((
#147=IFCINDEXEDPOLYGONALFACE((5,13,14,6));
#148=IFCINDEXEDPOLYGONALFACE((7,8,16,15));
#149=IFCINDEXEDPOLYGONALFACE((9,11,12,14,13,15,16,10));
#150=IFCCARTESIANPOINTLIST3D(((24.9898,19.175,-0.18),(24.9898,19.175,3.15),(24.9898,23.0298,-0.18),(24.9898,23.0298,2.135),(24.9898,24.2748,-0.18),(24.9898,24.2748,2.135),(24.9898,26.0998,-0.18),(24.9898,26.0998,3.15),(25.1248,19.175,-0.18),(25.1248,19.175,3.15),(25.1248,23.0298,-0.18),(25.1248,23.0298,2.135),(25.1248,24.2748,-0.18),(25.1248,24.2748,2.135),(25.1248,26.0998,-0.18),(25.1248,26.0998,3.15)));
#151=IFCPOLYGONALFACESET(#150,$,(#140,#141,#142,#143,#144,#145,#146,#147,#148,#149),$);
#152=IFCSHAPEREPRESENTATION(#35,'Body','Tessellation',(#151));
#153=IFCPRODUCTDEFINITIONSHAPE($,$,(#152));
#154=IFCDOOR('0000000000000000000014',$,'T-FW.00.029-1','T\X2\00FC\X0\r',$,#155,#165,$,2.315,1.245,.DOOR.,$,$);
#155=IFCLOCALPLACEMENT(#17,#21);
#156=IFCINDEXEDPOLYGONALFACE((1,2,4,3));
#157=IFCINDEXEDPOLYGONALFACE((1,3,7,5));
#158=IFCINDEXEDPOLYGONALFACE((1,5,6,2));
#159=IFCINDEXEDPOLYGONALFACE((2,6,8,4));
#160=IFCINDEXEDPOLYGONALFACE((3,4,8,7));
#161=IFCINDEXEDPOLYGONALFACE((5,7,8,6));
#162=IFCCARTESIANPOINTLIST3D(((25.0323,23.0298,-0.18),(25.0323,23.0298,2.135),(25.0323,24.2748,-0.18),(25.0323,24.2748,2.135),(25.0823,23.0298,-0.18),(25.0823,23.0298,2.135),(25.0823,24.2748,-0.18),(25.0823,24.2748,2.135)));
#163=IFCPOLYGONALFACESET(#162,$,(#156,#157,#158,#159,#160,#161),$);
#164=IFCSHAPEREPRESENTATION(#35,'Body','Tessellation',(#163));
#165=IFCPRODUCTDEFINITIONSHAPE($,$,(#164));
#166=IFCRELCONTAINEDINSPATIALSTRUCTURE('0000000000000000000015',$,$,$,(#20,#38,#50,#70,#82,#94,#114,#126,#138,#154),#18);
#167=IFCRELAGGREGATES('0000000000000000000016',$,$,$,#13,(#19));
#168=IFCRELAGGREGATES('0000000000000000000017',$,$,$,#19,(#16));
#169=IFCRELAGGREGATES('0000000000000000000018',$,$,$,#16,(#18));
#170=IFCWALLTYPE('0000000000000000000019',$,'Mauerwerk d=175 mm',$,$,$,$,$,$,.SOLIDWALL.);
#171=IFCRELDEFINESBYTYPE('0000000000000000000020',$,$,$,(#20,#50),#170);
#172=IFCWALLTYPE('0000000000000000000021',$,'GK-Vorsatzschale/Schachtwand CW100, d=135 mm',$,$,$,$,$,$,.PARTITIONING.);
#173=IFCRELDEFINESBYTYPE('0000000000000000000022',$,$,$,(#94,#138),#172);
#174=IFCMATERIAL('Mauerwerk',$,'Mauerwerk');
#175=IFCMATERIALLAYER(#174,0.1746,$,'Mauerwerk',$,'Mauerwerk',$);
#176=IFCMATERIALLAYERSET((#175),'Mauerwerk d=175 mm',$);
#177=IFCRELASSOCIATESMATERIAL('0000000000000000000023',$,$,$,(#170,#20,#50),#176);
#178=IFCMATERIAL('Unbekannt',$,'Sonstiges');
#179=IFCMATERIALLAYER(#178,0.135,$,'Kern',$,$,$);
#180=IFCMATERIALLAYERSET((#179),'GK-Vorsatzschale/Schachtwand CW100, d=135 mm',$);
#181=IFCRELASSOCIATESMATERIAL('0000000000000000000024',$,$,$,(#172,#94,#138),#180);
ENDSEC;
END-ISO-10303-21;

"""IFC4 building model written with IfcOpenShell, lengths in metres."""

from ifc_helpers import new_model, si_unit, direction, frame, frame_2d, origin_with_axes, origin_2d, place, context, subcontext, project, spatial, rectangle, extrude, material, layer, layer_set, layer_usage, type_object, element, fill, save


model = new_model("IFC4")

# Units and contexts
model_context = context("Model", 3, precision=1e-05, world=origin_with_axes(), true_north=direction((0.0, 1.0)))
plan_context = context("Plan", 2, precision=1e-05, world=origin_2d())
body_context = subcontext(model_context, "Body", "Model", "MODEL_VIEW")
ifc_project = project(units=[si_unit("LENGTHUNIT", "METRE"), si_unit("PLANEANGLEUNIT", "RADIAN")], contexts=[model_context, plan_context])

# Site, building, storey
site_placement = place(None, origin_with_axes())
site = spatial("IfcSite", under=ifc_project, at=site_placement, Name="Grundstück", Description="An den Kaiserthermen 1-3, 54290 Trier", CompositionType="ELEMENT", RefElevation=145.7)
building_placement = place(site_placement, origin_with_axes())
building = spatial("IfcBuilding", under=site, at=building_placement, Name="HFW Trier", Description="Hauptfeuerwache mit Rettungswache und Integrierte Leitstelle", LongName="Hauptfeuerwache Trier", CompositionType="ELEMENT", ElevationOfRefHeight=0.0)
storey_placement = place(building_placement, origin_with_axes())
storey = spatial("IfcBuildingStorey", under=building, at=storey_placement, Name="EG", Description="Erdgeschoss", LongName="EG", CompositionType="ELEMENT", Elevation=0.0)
))
((
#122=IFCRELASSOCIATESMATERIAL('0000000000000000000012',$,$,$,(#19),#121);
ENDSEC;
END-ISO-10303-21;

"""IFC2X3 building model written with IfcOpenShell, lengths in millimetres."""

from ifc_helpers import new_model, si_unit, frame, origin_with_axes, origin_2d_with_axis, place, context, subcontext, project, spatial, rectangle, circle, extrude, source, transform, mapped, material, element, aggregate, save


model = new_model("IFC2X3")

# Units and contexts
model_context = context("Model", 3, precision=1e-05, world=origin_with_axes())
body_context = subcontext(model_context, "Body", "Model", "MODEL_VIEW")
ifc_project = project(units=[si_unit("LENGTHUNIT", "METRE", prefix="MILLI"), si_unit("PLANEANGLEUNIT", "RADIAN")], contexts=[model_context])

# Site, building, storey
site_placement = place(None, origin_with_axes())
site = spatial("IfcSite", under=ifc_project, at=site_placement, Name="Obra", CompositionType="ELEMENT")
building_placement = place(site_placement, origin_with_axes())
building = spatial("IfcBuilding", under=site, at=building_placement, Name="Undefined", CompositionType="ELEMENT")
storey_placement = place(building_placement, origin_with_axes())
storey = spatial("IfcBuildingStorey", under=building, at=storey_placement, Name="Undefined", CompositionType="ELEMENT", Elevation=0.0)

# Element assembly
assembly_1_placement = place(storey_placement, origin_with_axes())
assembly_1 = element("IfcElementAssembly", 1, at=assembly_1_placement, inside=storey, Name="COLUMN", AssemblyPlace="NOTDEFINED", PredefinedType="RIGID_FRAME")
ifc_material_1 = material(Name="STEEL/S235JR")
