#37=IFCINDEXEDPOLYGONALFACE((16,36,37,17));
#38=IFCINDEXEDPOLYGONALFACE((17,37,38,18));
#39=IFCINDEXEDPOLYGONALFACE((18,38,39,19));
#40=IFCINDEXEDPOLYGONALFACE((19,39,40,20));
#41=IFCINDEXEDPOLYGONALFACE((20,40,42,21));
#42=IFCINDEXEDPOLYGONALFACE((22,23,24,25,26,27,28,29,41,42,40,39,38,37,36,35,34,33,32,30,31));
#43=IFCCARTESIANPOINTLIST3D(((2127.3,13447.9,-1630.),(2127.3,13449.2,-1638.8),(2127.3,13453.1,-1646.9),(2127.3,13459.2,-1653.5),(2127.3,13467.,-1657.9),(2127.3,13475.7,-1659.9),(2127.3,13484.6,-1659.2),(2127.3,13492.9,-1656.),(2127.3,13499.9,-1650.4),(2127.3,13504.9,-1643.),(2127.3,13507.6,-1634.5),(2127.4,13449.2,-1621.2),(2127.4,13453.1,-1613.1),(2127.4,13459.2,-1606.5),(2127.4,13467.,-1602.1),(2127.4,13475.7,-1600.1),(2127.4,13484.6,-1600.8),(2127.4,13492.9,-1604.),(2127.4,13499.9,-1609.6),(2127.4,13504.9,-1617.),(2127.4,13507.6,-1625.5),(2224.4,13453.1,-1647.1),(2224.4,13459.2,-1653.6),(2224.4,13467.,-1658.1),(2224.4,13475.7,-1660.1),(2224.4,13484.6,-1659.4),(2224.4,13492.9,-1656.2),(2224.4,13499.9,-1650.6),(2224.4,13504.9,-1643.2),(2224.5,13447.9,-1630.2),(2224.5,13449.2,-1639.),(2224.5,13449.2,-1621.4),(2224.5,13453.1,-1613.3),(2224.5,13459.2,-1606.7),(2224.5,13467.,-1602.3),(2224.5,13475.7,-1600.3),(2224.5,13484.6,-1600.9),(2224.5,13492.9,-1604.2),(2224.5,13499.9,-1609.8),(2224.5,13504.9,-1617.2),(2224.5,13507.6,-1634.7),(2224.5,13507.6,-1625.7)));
))
◆ **To do**
Write out, from the lines above, only those from the line with "#147=IFCINDEXEDPOLYGONALFACE((5,13,14,6));" to the line with "#156=IFCINDEXEDPOLYGONALFACE((1,2,4,3));", exactly as given, including the first and the last.

◆ **Response box**
#147=IFCINDEXEDPOLYGONALFACE((5,13,14,6));
#148=IFCINDEXEDPOLYGONALFACE((7,8,16,15));
#149=IFCINDEXEDPOLYGONALFACE((9,11,12,14,13,15,16,10));
#150=IFCCARTESIANPOINTLIST3D(((24.9898,19.175,-0.18),(24.9898,19.175,3.15),(24.9898,23.0298,-0.18),(24.9898,23.0298,2.135),(24.9898,24.2748,-0.18),(24.9898,24.2748,2.135),(24.9898,26.0998,-0.18),(24.9898,26.0998,3.15),(25.1248,19.175,-0.18),(25.1248,19.175,3.15),(25.1248,23.0298,-0.18),(25.1248,23.0298,2.135),(25.1248,24.2748,-0.18),(25.1248,24.2748,2.135),(25.1248,26.0998,-0.18),(25.1248,26.0998,3.15)));
#151=IFCPOLYGONALFACESET(#150,$,(#140,#141,#142,#143,#144,#145,#146,#147,#148,#149),$);
#152=IFCSHAPEREPRESENTATION(#35,'Body','Tessellation',(#151));
#153=IFCPRODUCTDEFINITIONSHAPE($,$,(#152));
#154=IFCDOOR('0000000000000000000014',$,'T-FW.00.029-1','T\X2\00FC\X0\r',$,#155,#165,$,2.315,1.245,.DOOR.,$,$);
#155=IFCLOCALPLACEMENT(#17,#21);
#156=IFCINDEXEDPOLYGONALFACE((1,2,4,3));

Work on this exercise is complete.